We can also do multiple groupings. Suppose we want the maximum life expectancy in each continent for each year. We group by continent and year and calculate the maximum with the max
function:
gapminder %>%
group_by(continent, year) %>%
summarize(longest_life = max(lifeExp))
## # A tibble: 60 x 3
## # Groups: continent [?]
## continent year longest_life
## <fctr> <int> <dbl>
## 1 Europe 1952 72.67
## 2 Europe 1957 73.47
## 3 Europe 1962 73.68
## 4 Europe 1967 74.16
## 5 Europe 1972 74.72
## 6 Europe 1977 76.11
## 7 Europe 1982 76.99
## 8 Europe 1987 77.41
## 9 Europe 1992 78.77
## 10 Europe 1997 79.39
## # ... with 50 more rows
Hmm, we got the longest life expectancy for each continent-year, but we didn’t get the country. To get the country, we have to ask R “Where lifeExp is at a maximum, what is the entry in country?” For that we use the which.max
function. max
returns the maximum value; which.max
returns the location of the maximum value.

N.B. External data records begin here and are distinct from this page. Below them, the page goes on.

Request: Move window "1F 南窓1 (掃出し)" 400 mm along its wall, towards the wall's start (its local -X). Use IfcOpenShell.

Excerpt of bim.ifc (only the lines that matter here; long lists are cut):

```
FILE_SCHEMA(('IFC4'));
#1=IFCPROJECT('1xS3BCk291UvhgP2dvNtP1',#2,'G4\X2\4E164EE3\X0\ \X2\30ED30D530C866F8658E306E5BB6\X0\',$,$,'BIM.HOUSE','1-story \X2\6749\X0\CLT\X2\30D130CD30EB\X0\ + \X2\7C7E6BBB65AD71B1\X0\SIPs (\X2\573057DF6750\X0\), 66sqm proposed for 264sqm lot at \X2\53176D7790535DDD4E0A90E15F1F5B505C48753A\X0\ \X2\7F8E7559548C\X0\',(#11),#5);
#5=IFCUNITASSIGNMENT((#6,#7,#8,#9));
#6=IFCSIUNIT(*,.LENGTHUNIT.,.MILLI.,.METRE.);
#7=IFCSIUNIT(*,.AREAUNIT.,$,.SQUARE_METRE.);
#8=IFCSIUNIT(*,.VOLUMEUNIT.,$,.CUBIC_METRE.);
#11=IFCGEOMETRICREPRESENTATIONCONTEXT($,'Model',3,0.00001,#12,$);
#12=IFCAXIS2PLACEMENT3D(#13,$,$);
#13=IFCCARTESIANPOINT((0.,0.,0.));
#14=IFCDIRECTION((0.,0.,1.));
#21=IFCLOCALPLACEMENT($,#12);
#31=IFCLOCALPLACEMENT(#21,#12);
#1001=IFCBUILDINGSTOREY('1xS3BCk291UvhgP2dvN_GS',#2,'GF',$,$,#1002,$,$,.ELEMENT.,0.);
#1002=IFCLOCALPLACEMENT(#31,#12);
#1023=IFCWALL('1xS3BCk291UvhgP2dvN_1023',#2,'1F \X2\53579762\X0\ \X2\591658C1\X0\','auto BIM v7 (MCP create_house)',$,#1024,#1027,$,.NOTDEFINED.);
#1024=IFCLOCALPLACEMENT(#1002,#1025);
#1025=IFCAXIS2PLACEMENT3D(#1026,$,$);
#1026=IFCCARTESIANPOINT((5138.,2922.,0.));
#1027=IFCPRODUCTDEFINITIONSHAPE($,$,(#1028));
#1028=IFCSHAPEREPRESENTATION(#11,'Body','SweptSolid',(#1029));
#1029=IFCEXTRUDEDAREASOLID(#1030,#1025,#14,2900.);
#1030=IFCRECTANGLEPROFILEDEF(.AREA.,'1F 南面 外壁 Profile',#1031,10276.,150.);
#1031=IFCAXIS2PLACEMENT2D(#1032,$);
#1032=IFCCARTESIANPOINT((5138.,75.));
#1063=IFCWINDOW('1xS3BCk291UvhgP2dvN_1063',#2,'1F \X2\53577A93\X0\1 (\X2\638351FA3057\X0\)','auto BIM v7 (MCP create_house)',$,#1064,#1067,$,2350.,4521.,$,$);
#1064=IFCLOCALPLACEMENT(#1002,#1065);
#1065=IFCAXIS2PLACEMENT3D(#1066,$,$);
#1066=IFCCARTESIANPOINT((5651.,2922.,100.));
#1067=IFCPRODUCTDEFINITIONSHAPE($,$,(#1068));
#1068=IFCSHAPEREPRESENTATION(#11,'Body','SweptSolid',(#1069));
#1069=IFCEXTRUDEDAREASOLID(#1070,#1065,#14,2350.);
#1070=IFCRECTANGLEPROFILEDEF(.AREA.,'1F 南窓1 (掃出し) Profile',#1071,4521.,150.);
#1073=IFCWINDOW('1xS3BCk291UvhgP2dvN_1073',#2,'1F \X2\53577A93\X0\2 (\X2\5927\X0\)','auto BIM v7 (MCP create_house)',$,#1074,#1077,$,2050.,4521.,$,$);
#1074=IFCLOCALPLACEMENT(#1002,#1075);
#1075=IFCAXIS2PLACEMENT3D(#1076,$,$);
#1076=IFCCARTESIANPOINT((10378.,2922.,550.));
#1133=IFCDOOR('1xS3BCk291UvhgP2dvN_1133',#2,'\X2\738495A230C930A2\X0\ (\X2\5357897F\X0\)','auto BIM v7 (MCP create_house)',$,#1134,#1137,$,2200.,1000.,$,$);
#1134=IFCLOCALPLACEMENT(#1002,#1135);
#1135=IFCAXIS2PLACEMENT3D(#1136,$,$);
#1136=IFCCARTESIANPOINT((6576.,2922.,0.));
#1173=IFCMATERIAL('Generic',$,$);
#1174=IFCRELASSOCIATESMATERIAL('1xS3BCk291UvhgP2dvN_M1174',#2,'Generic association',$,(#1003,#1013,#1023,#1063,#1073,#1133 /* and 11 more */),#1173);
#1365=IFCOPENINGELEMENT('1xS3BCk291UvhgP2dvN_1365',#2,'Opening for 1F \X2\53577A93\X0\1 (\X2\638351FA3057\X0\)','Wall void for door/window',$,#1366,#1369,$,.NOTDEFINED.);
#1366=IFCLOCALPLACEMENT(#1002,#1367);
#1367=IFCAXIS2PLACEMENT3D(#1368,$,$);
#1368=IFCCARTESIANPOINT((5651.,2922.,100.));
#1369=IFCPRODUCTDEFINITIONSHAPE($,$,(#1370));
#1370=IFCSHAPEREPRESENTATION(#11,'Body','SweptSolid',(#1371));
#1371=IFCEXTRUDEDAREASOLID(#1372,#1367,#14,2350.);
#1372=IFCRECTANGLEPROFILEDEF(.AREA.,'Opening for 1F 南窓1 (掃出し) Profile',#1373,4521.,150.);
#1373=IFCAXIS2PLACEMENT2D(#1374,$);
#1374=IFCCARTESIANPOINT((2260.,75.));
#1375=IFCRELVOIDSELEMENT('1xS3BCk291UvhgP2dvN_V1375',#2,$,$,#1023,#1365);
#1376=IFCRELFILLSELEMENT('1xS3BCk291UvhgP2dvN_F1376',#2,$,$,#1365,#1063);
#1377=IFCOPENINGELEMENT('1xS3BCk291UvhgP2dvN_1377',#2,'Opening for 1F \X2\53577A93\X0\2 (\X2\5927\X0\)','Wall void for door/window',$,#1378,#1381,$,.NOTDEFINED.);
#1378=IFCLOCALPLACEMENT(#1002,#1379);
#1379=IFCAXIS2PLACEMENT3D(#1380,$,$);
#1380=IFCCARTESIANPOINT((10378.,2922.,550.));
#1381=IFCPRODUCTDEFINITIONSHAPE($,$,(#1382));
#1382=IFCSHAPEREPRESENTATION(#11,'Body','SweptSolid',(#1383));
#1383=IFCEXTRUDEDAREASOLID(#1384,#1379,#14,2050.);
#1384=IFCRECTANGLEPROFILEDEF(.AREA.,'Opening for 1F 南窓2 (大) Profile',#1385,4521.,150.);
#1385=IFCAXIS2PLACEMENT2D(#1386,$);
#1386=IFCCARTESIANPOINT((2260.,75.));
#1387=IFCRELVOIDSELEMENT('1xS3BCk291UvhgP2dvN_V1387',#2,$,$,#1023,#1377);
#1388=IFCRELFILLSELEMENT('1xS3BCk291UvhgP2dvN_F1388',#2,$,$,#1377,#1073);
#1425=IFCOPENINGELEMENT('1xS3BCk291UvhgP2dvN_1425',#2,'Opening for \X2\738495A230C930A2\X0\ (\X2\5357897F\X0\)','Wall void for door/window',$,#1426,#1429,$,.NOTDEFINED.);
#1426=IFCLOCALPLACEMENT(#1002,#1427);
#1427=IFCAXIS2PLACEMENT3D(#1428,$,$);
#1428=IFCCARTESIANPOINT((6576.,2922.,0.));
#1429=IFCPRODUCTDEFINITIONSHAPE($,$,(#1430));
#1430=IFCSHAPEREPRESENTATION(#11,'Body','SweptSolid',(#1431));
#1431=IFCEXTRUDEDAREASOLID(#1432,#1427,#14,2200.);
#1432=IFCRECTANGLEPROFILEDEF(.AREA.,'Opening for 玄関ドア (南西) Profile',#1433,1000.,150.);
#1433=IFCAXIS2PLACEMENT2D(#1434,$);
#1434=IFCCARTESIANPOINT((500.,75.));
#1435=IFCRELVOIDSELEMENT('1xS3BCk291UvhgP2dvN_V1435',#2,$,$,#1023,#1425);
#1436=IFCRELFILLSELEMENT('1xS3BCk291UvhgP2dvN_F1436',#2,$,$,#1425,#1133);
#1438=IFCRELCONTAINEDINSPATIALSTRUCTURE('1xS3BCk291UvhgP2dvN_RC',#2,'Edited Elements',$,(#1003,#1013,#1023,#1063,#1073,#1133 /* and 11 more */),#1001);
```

```python
import ifcopenshell
import ifcopenshell.api.geometry
import ifcopenshell.util.placement
import ifcopenshell.util.unit

model = ifcopenshell.open("bim.ifc")
unit_scale = ifcopenshell.util.unit.calculate_unit_scale(model)

window = model.by_id(1063)
opening = window.FillsVoids[0].RelatingOpeningElement
wall = opening.VoidsElements[0].RelatingBuildingElement

wall_matrix = ifcopenshell.util.placement.get_local_placement(wall.ObjectPlacement)
shift = wall_matrix[:3, 0] * -0.4 / unit_scale
before = ifcopenshell.util.placement.get_local_placement(window.ObjectPlacement)[:3, 3].copy()

# The window is not placed relative to its opening, so move both.
for product in (opening, window):
    matrix = ifcopenshell.util.placement.get_local_placement(product.ObjectPlacement)
    matrix[:3, 3] += shift
    ifcopenshell.api.geometry.edit_object_placement(model, product=product, matrix=matrix, is_si=False)

after = ifcopenshell.util.placement.get_local_placement(window.ObjectPlacement)[:3, 3]
print("window moved by", (after - before).round(3) + 0.0)

model.write("bim_updated.ifc")
```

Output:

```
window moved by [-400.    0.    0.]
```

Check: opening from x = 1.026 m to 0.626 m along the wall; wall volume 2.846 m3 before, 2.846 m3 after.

That is illustrated in the following example:
max(c(1, 7, 4))
## [1] 7
which.max(c(1, 7, 4))
## [1] 2
Now, back to the question: Where lifeExp is at a maximum, what is the entry in country?
gapminder %>%
group_by(continent, year) %>%
summarize(longest_life = max(lifeExp), country = country[which.max(lifeExp)])
## # A tibble: 60 x 4
## # Groups: continent [?]
## continent year longest_life country
## <fctr> <int> <dbl> <chr>
## 1 Europe 1952 72.67 Norway
## 2 Europe 1957 73.47 Iceland
## 3 Europe 1962 73.68 Iceland
## 4 Europe 1967 74.16 Sweden
## 5 Europe 1972 74.72 Sweden
## 6 Europe 1977 76.11 Iceland
## 7 Europe 1982 76.99 Iceland
## 8 Europe 1987 77.41 Switzerland
## 9 Europe 1992 78.77 Iceland
## 10 Europe 1997 79.39 Sweden
## # ... with 50 more rows
Challenge – Part 1
- Calculate a new column: the total GDP of each country in each year.
- Calculate the variance –
var()
of countries’ gdps in each year.- Is country-level GDP getting more or less equal over time?
Challenge – Part 2
- Modify the code you just wrote to calculate the variance in both country-level GDP and per-capita GDP.
- Do both measures support the conclusion you arrived at above?
Resources
That is the core of dplyr
’s functionality, but it does more. RStudio makes a great cheatsheet that covers all the dplyr
functions we just learned, plus what we will learn in the next lesson: keeping data tidy.